Shooting for the Moon

The dreams and fascinations of a human being are not easy to get a grip around. We can pick so many individuals from the history that dedicated their lives to a particular cause just because they felt a connection with it, connection that seemed almost unjustified to others. Some of these lifelong pursuits did deliver the expected results, but some also deflated into inexistence before they could even take off. Nevertheless, the lack of guaranteed reward for such devotion hasn’t stopped us from treading this path. If anything has changed, it’s the way we go about these quests. Ever since technology got into the picture, our points of fascination have changed slightly. With a thing like this in our hands, it only felt right to dig beneath the surface and see what all it was capable of doing. This ended up resulting in a whole host of other creations, which walked an extra yard to give our life a different meaning. Even though the areas in which it moved the needle were sizeable in number, one that sticks out easily has to be space travel.

The idea of space travel has kept us enticed for decades now. Billion dollars have been invested so far to make space more accessible to general public. Organizations like NASA, SpaceX, and Blue Origin have led this charge and one of the biggest agendas for them to this date has been expanding moon exploration. When journeys to moon were unofficially put on hold, everyone thought that the years of effort to find life on moon was for nothing, but in reality, NASA did so because they had a bigger plan. This plan will now enter its first phase of execution when NASA launches its CAPSTONE project in October.

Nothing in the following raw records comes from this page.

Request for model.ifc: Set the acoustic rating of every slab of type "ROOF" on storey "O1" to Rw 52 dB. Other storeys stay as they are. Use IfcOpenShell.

First a look at what the model holds.

```python
import ifcopenshell
import ifcopenshell.util.element

model = ifcopenshell.open("model.ifc")
print(model.schema)
storey = next(s for s in model.by_type("IfcBuildingStorey") if s.Name == "O1")
slabs = [e for e in ifcopenshell.util.element.get_decomposition(storey) if e.is_a("IfcSlab")]
seen = {}
for e in slabs:
    element_type = ifcopenshell.util.element.get_type(e)
    key = (element_type.Name if element_type != e and element_type else None, ifcopenshell.util.element.get_pset(e, "Pset_SlabCommon", "AcousticRating"))
    seen[key] = seen.get(key, 0) + 1
for (name, value), count in sorted(seen.items(), key=str):
    print(count, "x", name, "|", value)
```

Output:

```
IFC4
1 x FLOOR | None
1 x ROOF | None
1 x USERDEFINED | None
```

```python
import ifcopenshell
import ifcopenshell.api.pset
import ifcopenshell.util.element

model = ifcopenshell.open("model.ifc")

storey = next(s for s in model.by_type("IfcBuildingStorey") if s.Name == "O1")
slabs = [e for e in ifcopenshell.util.element.get_decomposition(storey) if e.is_a("IfcSlab")]

count = 0
for e in slabs:
    element_type = ifcopenshell.util.element.get_type(e)
    if element_type in (None, e) or element_type.Name != "ROOF":
        continue
    # add_pset returns the element's existing set when there is one.
    pset = ifcopenshell.api.pset.add_pset(model, product=e, name="Pset_SlabCommon")
    ifcopenshell.api.pset.edit_pset(model, pset=pset, properties={"AcousticRating": "Rw 52 dB"})
    count += 1

print(count, "slabs updated")

model.write("model_updated.ifc")
```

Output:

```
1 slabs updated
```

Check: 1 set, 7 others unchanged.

Cislunar Autonomous Positioning System Technology Operations and Navigation a.k.a CAPSTONE is a cubesat that will soon be sent into space with an objective to test and verify orbital stability of a near rectilinear halo orbit around the moon. To give you some context, it’s the same orbit scripted for NASA’s Lunar Gateway, a small space station mapped out with an aim to help astronauts access the lunar surface.

CAPSTONE, reportedly as big as a microwave oven, was essentially conceived to diminish the risk factor involved in spacecraft expeditions around moon. It is intentioned to do so by validating navigation technologies and confirming the notions of the halo-shaped orbit. As per the estimations made by NASA, the cubesat will take upto 3 months to reach its destination. Once it has reached, it will orbit around the moon for at least 6 months to gain proper stock of the situation.

Nonetheless, the purpose of this project isn’t just to bolster the size of space exploration projects but also to make them more universal, hence allowing a collective effort towards realizing the space dream.